» **About this exercise**: Would you please copy each line below that includes the string "IFCSHAPEREPRESENTATION"?

» **Data to process**:
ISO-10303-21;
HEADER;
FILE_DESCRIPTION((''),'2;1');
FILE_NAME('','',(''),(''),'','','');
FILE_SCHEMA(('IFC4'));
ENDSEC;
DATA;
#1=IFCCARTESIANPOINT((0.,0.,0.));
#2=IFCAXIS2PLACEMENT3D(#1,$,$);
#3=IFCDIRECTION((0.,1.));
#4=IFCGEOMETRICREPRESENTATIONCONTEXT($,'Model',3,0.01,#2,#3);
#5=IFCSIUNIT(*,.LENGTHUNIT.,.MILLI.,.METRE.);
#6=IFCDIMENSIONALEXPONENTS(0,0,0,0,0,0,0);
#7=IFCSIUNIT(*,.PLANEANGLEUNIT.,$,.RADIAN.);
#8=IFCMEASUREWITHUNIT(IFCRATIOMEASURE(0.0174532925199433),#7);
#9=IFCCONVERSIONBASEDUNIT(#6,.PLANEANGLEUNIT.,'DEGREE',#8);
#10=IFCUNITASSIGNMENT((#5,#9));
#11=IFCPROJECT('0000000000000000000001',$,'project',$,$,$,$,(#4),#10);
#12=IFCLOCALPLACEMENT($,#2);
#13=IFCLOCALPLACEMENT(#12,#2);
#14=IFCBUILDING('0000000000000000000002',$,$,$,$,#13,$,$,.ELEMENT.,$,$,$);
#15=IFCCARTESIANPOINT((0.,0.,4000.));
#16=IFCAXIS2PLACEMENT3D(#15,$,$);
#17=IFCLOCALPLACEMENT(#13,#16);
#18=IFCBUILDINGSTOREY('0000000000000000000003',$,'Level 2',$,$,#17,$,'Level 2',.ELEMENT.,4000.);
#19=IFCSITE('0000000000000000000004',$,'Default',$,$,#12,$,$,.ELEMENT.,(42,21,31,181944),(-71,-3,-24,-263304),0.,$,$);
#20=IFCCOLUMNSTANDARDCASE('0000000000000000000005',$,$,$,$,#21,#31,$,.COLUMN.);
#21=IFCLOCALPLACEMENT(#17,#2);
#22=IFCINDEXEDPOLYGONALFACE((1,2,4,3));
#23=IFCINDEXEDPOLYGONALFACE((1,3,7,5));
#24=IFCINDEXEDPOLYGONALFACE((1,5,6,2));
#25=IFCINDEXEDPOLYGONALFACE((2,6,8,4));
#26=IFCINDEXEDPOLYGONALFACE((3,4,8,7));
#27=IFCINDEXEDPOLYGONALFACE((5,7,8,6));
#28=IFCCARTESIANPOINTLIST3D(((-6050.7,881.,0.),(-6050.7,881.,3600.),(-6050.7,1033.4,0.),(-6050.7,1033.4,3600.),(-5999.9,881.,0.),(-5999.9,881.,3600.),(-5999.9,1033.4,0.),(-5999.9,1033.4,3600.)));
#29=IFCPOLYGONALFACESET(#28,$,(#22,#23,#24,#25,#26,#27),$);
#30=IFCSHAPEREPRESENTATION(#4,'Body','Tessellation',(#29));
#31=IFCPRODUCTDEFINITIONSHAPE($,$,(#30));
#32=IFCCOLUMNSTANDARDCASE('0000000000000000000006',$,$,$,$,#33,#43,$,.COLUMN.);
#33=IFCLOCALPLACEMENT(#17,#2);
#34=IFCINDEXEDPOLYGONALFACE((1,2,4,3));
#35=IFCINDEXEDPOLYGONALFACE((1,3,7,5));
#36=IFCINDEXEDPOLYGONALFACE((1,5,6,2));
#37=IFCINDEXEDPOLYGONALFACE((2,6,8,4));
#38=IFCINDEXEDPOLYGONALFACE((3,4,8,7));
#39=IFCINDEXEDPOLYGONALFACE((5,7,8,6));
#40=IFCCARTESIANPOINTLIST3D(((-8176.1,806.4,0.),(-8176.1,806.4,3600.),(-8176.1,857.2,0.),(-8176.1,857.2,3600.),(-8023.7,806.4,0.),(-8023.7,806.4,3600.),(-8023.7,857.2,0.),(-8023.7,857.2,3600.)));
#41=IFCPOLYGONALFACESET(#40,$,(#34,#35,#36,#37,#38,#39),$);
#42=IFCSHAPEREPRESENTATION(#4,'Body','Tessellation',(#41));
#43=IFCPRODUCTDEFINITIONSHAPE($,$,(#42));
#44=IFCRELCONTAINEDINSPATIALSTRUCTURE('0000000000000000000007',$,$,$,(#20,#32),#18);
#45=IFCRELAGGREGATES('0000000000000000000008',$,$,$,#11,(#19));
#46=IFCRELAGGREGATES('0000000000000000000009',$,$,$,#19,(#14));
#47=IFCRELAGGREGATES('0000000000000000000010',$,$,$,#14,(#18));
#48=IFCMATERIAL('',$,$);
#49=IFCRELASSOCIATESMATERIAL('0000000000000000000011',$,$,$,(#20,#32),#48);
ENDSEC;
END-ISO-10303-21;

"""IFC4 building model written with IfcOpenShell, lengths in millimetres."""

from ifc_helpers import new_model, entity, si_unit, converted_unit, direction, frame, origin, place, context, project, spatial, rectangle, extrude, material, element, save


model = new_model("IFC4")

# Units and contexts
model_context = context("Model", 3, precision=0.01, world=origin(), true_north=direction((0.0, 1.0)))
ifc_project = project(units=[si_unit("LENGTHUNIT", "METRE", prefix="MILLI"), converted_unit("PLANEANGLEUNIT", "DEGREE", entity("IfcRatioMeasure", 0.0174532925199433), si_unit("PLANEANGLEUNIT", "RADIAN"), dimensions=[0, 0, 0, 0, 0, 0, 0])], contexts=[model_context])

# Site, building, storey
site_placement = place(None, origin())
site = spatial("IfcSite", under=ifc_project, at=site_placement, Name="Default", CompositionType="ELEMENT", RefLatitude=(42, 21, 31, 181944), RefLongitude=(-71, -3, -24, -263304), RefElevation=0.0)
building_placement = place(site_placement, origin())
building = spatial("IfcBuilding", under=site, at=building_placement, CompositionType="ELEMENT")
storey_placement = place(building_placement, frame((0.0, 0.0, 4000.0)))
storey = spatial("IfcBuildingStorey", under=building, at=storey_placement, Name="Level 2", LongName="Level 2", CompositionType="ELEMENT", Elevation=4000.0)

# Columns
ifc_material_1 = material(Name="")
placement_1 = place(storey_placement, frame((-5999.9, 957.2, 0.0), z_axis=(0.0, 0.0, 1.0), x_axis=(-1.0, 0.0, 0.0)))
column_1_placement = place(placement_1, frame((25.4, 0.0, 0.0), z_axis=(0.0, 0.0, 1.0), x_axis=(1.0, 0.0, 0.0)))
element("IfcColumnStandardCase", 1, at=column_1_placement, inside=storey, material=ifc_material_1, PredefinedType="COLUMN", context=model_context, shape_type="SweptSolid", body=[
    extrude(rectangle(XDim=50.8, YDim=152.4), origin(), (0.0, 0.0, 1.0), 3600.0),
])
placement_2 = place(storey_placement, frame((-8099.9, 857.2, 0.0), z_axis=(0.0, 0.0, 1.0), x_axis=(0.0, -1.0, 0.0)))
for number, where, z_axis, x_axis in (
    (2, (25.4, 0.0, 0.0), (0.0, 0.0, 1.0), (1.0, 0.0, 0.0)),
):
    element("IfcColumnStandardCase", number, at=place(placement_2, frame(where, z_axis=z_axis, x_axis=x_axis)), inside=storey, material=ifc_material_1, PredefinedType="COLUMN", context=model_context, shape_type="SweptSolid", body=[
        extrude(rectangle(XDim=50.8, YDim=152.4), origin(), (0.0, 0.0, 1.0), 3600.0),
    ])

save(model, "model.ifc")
==
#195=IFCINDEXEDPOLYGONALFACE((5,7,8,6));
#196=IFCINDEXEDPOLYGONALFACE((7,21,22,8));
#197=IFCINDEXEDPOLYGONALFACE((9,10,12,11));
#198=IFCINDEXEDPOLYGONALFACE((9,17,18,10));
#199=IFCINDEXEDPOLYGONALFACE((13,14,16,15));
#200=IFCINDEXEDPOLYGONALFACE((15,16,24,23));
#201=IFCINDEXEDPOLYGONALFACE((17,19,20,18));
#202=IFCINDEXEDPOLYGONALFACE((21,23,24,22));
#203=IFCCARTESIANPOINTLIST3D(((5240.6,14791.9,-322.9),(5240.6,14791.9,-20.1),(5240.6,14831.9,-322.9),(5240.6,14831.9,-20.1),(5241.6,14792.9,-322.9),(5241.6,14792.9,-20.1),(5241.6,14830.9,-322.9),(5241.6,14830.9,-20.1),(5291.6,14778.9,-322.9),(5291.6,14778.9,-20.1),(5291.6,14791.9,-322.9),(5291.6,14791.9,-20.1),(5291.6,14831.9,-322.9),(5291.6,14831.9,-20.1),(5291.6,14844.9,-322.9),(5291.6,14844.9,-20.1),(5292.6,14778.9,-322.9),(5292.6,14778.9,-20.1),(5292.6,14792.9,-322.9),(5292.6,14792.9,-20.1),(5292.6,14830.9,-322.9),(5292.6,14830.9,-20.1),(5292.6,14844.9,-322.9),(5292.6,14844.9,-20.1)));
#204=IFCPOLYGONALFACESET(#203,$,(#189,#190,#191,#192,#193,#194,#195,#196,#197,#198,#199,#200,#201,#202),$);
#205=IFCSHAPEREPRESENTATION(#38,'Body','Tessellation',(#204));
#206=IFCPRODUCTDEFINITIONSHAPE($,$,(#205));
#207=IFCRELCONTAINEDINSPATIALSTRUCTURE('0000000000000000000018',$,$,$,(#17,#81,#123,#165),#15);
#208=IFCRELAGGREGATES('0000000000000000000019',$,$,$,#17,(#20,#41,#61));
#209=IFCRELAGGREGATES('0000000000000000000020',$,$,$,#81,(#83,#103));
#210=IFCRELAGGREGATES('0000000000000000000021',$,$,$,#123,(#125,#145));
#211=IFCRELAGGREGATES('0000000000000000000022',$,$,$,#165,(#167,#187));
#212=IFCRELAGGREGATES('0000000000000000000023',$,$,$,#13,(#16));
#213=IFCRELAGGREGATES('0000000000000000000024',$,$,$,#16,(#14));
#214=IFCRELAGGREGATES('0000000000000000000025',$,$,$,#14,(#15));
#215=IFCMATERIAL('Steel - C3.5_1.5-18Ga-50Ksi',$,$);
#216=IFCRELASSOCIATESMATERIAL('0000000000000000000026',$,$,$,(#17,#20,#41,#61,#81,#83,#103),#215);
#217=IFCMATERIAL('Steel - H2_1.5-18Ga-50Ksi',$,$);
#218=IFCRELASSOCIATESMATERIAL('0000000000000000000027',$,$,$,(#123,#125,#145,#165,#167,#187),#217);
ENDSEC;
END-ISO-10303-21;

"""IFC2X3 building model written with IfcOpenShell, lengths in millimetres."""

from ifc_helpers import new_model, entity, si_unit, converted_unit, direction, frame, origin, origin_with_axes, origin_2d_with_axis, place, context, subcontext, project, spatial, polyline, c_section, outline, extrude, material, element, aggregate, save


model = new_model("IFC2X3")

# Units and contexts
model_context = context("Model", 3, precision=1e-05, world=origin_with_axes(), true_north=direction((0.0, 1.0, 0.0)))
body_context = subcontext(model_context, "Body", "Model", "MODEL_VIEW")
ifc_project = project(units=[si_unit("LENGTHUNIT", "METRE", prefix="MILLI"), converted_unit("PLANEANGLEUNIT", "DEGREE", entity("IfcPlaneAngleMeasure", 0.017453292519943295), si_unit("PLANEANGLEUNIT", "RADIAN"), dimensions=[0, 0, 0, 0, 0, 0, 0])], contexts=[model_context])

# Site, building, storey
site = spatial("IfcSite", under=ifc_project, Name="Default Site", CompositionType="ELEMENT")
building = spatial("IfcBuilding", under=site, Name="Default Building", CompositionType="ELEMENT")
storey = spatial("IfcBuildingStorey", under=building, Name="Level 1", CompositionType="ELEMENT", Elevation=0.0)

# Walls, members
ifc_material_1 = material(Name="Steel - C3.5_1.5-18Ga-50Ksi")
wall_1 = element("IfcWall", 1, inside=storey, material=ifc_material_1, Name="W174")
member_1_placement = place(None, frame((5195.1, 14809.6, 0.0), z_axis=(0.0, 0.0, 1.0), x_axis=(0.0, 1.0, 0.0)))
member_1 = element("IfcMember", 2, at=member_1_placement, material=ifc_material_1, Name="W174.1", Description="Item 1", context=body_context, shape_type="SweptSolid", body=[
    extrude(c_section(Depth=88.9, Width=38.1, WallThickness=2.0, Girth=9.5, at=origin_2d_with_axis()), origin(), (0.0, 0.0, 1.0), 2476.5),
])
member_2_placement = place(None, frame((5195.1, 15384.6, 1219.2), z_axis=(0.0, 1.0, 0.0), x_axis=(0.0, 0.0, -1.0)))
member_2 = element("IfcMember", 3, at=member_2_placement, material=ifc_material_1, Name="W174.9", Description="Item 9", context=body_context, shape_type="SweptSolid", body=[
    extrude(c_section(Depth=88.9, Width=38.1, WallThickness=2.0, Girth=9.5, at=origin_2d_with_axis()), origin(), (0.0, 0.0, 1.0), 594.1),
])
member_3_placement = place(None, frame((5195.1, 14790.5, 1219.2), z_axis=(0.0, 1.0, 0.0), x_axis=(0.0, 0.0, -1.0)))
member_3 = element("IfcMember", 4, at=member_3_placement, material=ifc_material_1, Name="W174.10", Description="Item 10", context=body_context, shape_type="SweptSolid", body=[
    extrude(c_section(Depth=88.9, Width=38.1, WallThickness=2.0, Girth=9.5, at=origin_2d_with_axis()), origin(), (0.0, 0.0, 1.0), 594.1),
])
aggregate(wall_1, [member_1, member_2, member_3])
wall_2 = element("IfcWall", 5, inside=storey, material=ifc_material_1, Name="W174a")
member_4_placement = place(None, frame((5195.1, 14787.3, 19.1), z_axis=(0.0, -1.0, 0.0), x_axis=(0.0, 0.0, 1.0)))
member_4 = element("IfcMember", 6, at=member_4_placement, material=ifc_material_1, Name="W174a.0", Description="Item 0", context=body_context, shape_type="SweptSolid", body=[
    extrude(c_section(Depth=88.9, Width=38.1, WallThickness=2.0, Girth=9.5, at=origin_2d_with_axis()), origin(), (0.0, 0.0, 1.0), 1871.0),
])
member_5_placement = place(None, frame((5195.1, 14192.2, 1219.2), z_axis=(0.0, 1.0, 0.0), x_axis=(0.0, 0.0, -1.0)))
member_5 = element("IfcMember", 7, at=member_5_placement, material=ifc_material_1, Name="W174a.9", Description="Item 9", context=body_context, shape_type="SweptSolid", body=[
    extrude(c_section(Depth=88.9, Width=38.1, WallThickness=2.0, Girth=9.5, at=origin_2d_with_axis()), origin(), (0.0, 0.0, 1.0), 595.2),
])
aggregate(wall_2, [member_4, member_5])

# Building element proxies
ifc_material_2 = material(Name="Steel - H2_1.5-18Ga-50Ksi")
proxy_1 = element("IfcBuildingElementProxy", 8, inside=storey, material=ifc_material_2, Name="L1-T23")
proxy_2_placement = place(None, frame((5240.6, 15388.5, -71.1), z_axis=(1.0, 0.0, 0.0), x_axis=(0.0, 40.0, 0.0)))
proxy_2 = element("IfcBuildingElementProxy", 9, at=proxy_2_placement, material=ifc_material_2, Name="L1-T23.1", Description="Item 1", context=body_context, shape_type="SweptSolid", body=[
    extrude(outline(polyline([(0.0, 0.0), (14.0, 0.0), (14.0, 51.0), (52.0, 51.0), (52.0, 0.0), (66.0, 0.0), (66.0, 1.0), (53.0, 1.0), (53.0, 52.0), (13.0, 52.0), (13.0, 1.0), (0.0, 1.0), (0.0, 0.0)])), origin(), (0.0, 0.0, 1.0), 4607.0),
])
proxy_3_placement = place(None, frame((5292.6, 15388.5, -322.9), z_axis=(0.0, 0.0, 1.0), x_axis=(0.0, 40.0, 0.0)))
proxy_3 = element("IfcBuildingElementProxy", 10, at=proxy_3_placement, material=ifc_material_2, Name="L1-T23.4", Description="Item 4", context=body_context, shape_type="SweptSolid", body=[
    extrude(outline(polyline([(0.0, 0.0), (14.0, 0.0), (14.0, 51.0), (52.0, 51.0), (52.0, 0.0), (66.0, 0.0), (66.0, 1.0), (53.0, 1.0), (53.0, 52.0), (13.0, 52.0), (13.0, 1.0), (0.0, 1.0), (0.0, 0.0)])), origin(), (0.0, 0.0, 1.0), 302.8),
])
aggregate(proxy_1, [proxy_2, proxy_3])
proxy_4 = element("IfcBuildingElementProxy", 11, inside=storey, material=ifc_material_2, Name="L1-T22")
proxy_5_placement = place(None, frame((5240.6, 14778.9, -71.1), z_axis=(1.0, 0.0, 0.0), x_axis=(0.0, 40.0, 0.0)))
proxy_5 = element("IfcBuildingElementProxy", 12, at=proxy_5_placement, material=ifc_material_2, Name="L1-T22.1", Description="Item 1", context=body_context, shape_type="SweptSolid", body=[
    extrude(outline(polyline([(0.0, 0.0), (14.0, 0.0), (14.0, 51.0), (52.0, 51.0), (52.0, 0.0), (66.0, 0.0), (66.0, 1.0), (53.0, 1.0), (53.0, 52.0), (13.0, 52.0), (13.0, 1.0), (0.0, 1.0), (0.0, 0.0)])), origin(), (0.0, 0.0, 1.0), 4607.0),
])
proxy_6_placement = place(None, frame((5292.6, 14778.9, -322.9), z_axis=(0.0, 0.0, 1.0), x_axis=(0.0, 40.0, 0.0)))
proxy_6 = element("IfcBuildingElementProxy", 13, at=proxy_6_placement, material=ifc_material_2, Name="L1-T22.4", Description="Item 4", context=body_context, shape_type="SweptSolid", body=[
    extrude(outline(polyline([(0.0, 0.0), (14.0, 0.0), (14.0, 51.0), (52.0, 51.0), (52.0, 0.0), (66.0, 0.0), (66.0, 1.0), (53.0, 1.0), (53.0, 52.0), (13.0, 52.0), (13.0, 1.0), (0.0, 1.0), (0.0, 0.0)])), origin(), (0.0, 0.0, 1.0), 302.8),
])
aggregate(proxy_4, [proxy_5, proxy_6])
* * *
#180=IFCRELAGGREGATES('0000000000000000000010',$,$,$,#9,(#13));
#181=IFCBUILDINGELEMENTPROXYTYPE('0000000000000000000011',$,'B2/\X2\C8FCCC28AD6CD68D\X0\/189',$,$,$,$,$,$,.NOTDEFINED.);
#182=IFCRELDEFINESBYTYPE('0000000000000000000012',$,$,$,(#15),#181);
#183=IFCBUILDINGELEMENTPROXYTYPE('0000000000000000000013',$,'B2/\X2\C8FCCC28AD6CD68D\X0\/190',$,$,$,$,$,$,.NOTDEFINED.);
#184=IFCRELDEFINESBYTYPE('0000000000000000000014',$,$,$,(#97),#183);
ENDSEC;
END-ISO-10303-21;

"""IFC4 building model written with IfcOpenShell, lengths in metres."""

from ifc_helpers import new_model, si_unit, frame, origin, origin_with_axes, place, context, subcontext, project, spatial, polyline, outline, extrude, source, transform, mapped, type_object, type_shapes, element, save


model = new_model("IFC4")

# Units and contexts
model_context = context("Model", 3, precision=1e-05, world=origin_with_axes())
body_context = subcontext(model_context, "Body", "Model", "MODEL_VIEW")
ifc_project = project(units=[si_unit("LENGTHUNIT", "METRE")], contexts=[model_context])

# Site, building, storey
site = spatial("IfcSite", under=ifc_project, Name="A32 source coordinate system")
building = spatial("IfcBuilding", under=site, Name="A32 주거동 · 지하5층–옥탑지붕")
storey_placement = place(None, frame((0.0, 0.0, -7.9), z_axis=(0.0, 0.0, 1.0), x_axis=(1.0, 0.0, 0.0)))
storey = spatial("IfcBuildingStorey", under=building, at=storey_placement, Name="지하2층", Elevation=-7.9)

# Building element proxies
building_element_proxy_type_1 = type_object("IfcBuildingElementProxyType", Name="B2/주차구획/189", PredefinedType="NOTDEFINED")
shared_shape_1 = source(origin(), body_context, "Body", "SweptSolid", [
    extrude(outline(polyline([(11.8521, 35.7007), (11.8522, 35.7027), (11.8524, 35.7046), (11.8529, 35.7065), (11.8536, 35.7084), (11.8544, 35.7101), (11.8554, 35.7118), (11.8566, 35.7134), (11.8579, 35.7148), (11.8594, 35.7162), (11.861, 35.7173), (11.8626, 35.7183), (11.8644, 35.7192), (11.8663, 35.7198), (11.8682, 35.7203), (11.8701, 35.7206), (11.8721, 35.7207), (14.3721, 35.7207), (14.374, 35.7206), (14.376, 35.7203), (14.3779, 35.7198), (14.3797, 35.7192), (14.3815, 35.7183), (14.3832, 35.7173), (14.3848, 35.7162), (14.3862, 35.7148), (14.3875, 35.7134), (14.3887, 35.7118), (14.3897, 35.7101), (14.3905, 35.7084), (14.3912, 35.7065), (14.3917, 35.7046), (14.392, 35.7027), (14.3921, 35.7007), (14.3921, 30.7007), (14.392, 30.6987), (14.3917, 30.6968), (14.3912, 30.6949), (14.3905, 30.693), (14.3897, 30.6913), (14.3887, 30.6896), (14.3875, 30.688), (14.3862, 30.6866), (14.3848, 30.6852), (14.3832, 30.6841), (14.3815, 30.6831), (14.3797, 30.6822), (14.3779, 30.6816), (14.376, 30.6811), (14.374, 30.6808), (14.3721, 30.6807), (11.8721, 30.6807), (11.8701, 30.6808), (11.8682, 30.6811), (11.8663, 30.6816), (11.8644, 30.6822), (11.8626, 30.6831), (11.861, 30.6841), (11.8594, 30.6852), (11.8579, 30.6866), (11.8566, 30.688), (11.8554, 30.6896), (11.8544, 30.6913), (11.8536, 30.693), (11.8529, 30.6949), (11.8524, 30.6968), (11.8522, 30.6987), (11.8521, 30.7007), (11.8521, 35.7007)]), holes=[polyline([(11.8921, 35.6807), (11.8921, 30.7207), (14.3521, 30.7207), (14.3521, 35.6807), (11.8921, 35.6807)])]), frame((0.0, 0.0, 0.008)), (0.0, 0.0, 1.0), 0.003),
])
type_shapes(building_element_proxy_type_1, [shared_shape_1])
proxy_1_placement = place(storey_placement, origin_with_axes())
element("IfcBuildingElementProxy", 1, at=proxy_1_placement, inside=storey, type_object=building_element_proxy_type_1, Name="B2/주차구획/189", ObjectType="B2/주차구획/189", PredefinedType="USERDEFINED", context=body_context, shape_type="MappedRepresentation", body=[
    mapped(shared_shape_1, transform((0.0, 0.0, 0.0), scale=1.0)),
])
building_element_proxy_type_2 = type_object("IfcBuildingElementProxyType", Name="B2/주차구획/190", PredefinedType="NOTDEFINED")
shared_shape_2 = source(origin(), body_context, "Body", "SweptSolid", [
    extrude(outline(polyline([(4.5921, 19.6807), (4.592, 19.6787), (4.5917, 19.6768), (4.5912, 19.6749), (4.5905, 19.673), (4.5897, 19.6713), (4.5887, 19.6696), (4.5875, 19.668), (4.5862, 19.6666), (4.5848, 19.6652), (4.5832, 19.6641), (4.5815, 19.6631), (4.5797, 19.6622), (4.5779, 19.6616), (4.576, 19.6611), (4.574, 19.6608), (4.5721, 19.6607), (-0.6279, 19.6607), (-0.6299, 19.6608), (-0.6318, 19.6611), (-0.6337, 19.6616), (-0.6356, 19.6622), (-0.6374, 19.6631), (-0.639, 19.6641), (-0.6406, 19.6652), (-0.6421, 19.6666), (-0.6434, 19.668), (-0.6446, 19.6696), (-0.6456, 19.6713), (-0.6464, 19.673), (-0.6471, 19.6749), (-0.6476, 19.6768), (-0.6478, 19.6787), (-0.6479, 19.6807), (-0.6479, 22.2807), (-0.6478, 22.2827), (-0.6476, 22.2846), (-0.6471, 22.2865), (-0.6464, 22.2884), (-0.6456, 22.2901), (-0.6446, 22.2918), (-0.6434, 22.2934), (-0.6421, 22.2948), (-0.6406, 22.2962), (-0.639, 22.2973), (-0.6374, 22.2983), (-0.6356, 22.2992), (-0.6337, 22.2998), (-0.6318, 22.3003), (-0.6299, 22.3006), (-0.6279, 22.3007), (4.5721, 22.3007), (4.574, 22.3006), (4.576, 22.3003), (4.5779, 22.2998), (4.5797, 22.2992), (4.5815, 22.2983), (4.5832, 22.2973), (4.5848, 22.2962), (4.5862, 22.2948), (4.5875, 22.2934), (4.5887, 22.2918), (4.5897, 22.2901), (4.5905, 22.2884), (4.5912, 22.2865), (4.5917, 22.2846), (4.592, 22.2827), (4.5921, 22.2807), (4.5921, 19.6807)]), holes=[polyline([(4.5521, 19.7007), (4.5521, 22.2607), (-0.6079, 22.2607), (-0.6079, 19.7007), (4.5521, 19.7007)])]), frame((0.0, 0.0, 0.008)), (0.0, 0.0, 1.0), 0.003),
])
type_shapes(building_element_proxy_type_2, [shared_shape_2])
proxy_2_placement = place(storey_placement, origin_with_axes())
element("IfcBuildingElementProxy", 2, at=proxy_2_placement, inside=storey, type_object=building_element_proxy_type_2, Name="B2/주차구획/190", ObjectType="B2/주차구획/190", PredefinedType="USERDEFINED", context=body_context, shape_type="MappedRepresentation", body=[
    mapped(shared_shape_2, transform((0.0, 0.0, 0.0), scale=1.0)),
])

» **Result**:
#30=IFCSHAPEREPRESENTATION(#4,'Body','Tessellation',(#29));
#42=IFCSHAPEREPRESENTATION(#4,'Body','Tessellation',(#41));
#205=IFCSHAPEREPRESENTATION(#38,'Body','Tessellation',(#204));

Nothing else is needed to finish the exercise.